ABOUT THIS EXERCISE: Set down the entries once more, exactly as given.

Collected data

• • • •

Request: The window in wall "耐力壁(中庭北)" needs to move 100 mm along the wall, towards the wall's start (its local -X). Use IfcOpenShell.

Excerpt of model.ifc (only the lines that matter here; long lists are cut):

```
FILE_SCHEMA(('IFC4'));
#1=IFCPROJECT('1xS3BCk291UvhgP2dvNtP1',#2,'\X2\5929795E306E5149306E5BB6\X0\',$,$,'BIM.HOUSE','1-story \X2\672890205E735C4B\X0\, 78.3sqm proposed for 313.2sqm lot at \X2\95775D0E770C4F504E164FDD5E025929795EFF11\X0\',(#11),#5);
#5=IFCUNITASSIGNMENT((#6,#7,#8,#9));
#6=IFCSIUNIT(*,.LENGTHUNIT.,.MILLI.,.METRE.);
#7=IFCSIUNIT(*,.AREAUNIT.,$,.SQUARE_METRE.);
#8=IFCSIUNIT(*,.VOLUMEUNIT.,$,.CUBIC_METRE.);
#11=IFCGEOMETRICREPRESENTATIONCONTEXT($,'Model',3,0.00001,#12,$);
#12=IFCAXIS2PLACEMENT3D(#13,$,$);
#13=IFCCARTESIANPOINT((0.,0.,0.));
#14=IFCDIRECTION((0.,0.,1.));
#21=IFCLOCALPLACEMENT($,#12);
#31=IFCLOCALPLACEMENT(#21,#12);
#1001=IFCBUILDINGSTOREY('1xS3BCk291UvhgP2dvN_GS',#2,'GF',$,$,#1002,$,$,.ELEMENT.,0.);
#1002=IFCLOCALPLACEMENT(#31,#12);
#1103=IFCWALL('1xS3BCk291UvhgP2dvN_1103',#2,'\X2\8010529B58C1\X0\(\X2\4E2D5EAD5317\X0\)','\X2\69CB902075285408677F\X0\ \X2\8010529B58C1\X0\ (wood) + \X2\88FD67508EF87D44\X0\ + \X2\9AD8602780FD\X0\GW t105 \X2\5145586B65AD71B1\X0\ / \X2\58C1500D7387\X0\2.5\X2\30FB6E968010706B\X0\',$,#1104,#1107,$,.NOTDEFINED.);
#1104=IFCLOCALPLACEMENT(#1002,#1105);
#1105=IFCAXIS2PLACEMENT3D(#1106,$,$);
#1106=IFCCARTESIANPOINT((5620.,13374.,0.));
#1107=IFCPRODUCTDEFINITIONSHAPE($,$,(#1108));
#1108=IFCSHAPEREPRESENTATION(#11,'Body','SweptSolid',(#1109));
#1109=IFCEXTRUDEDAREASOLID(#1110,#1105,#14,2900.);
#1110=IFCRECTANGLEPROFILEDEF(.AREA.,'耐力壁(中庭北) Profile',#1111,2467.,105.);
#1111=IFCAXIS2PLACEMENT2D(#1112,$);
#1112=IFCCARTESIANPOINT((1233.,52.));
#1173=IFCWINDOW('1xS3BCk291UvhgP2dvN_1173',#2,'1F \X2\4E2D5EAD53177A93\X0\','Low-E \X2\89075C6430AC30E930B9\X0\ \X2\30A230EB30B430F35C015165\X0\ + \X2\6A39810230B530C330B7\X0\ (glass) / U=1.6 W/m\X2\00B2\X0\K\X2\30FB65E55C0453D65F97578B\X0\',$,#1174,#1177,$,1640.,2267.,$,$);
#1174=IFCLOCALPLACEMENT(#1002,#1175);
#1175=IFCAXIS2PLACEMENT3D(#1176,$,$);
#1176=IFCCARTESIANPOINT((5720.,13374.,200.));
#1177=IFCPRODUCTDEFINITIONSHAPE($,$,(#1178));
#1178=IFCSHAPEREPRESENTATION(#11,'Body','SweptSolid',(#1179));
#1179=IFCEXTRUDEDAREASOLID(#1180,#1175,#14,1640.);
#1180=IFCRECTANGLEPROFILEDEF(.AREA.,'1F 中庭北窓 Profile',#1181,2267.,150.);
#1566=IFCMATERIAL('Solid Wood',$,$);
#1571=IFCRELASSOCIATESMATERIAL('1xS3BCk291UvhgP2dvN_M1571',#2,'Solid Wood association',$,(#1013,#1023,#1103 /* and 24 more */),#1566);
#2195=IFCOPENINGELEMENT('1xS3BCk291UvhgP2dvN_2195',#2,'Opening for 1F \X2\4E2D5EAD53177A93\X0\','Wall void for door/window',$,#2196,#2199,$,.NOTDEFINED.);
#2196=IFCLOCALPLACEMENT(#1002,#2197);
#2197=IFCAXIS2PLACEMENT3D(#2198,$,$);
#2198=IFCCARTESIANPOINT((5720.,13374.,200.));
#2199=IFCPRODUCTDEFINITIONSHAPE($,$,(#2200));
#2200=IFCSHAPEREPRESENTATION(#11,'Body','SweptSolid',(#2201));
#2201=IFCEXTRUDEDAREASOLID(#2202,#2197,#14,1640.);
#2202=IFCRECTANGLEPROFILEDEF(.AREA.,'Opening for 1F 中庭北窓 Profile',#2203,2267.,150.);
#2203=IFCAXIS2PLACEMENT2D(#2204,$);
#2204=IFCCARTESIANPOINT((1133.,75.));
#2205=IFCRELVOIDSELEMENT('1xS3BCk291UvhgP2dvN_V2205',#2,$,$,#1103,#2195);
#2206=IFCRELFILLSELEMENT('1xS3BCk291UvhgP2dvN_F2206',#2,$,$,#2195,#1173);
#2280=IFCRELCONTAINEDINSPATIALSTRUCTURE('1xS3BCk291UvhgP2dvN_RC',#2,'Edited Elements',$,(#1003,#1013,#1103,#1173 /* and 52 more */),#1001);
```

```python
import ifcopenshell
import ifcopenshell.api.geometry
import ifcopenshell.util.placement
import ifcopenshell.util.unit

model = ifcopenshell.open("model.ifc")
unit_scale = ifcopenshell.util.unit.calculate_unit_scale(model)

window = model.by_guid("1xS3BCk291UvhgP2dvN_1173")
opening = window.FillsVoids[0].RelatingOpeningElement
wall = opening.VoidsElements[0].RelatingBuildingElement

wall_matrix = ifcopenshell.util.placement.get_local_placement(wall.ObjectPlacement)
shift = wall_matrix[:3, 0] * -0.1 / unit_scale
before = ifcopenshell.util.placement.get_local_placement(window.ObjectPlacement)[:3, 3].copy()

# The window is not placed relative to its opening, so move both.
for product in (opening, window):
    matrix = ifcopenshell.util.placement.get_local_placement(product.ObjectPlacement)
    matrix[:3, 3] += shift
    ifcopenshell.api.geometry.edit_object_placement(model, product=product, matrix=matrix, is_si=False)

after = ifcopenshell.util.placement.get_local_placement(window.ObjectPlacement)[:3, 3]
print("window moved by", (after - before).round(3) + 0.0)

model.write("model_v2.ifc")
```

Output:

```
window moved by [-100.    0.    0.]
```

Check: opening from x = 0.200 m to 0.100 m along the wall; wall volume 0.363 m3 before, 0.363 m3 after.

• • • •

WRITTEN SOLUTION:
Request: The window in wall "耐力壁(中庭北)" needs to move 100 mm along the wall, towards the wall's start (its local -X). Use IfcOpenShell.

Excerpt of model.ifc (only the lines that matter here; long lists are cut):

```
FILE_SCHEMA(('IFC4'));
#1=IFCPROJECT('1xS3BCk291UvhgP2dvNtP1',#2,'\X2\5929795E306E5149306E5BB6\X0\',$,$,'BIM.HOUSE','1-story \X2\672890205E735C4B\X0\, 78.3sqm proposed for 313.2sqm lot at \X2\95775D0E770C4F504E164FDD5E025929795EFF11\X0\',(#11),#5);
#5=IFCUNITASSIGNMENT((#6,#7,#8,#9));
#6=IFCSIUNIT(*,.LENGTHUNIT.,.MILLI.,.METRE.);
#7=IFCSIUNIT(*,.AREAUNIT.,$,.SQUARE_METRE.);
#8=IFCSIUNIT(*,.VOLUMEUNIT.,$,.CUBIC_METRE.);
#11=IFCGEOMETRICREPRESENTATIONCONTEXT($,'Model',3,0.00001,#12,$);
#12=IFCAXIS2PLACEMENT3D(#13,$,$);
#13=IFCCARTESIANPOINT((0.,0.,0.));
#14=IFCDIRECTION((0.,0.,1.));
#21=IFCLOCALPLACEMENT($,#12);
#31=IFCLOCALPLACEMENT(#21,#12);
#1001=IFCBUILDINGSTOREY('1xS3BCk291UvhgP2dvN_GS',#2,'GF',$,$,#1002,$,$,.ELEMENT.,0.);
#1002=IFCLOCALPLACEMENT(#31,#12);
#1103=IFCWALL('1xS3BCk291UvhgP2dvN_1103',#2,'\X2\8010529B58C1\X0\(\X2\4E2D5EAD5317\X0\)','\X2\69CB902075285408677F\X0\ \X2\8010529B58C1\X0\ (wood) + \X2\88FD67508EF87D44\X0\ + \X2\9AD8602780FD\X0\GW t105 \X2\5145586B65AD71B1\X0\ / \X2\58C1500D7387\X0\2.5\X2\30FB6E968010706B\X0\',$,#1104,#1107,$,.NOTDEFINED.);
#1104=IFCLOCALPLACEMENT(#1002,#1105);
#1105=IFCAXIS2PLACEMENT3D(#1106,$,$);
#1106=IFCCARTESIANPOINT((5620.,13374.,0.));
#1107=IFCPRODUCTDEFINITIONSHAPE($,$,(#1108));
#1108=IFCSHAPEREPRESENTATION(#11,'Body','SweptSolid',(#1109));
#1109=IFCEXTRUDEDAREASOLID(#1110,#1105,#14,2900.);
#1110=IFCRECTANGLEPROFILEDEF(.AREA.,'耐力壁(中庭北) Profile',#1111,2467.,105.);
#1111=IFCAXIS2PLACEMENT2D(#1112,$);
#1112=IFCCARTESIANPOINT((1233.,52.));
#1173=IFCWINDOW('1xS3BCk291UvhgP2dvN_1173',#2,'1F \X2\4E2D5EAD53177A93\X0\','Low-E \X2\89075C6430AC30E930B9\X0\ \X2\30A230EB30B430F35C015165\X0\ + \X2\6A39810230B530C330B7\X0\ (glass) / U=1.6 W/m\X2\00B2\X0\K\X2\30FB65E55C0453D65F97578B\X0\',$,#1174,#1177,$,1640.,2267.,$,$);
#1174=IFCLOCALPLACEMENT(#1002,#1175);
#1175=IFCAXIS2PLACEMENT3D(#1176,$,$);
#1176=IFCCARTESIANPOINT((5720.,13374.,200.));
#1177=IFCPRODUCTDEFINITIONSHAPE($,$,(#1178));
#1178=IFCSHAPEREPRESENTATION(#11,'Body','SweptSolid',(#1179));
#1179=IFCEXTRUDEDAREASOLID(#1180,#1175,#14,1640.);
#1180=IFCRECTANGLEPROFILEDEF(.AREA.,'1F 中庭北窓 Profile',#1181,2267.,150.);
#1566=IFCMATERIAL('Solid Wood',$,$);
#1571=IFCRELASSOCIATESMATERIAL('1xS3BCk291UvhgP2dvN_M1571',#2,'Solid Wood association',$,(#1013,#1023,#1103 /* and 24 more */),#1566);
#2195=IFCOPENINGELEMENT('1xS3BCk291UvhgP2dvN_2195',#2,'Opening for 1F \X2\4E2D5EAD53177A93\X0\','Wall void for door/window',$,#2196,#2199,$,.NOTDEFINED.);
#2196=IFCLOCALPLACEMENT(#1002,#2197);
#2197=IFCAXIS2PLACEMENT3D(#2198,$,$);
#2198=IFCCARTESIANPOINT((5720.,13374.,200.));
#2199=IFCPRODUCTDEFINITIONSHAPE($,$,(#2200));
#2200=IFCSHAPEREPRESENTATION(#11,'Body','SweptSolid',(#2201));
#2201=IFCEXTRUDEDAREASOLID(#2202,#2197,#14,1640.);
#2202=IFCRECTANGLEPROFILEDEF(.AREA.,'Opening for 1F 中庭北窓 Profile',#2203,2267.,150.);
#2203=IFCAXIS2PLACEMENT2D(#2204,$);
#2204=IFCCARTESIANPOINT((1133.,75.));
#2205=IFCRELVOIDSELEMENT('1xS3BCk291UvhgP2dvN_V2205',#2,$,$,#1103,#2195);
#2206=IFCRELFILLSELEMENT('1xS3BCk291UvhgP2dvN_F2206',#2,$,$,#2195,#1173);
#2280=IFCRELCONTAINEDINSPATIALSTRUCTURE('1xS3BCk291UvhgP2dvN_RC',#2,'Edited Elements',$,(#1003,#1013,#1103,#1173 /* and 52 more */),#1001);
```

```python
import ifcopenshell
import ifcopenshell.api.geometry
import ifcopenshell.util.placement
import ifcopenshell.util.unit

model = ifcopenshell.open("model.ifc")
unit_scale = ifcopenshell.util.unit.calculate_unit_scale(model)

window = model.by_guid("1xS3BCk291UvhgP2dvN_1173")
opening = window.FillsVoids[0].RelatingOpeningElement
wall = opening.VoidsElements[0].RelatingBuildingElement

wall_matrix = ifcopenshell.util.placement.get_local_placement(wall.ObjectPlacement)
shift = wall_matrix[:3, 0] * -0.1 / unit_scale
before = ifcopenshell.util.placement.get_local_placement(window.ObjectPlacement)[:3, 3].copy()

# The window is not placed relative to its opening, so move both.
for product in (opening, window):
    matrix = ifcopenshell.util.placement.get_local_placement(product.ObjectPlacement)
    matrix[:3, 3] += shift
    ifcopenshell.api.geometry.edit_object_placement(model, product=product, matrix=matrix, is_si=False)

after = ifcopenshell.util.placement.get_local_placement(window.ObjectPlacement)[:3, 3]
print("window moved by", (after - before).round(3) + 0.0)

model.write("model_v2.ifc")
```

Output:

```
window moved by [-100.    0.    0.]
```

Check: opening from x = 0.200 m to 0.100 m along the wall; wall volume 0.363 m3 before, 0.363 m3 after.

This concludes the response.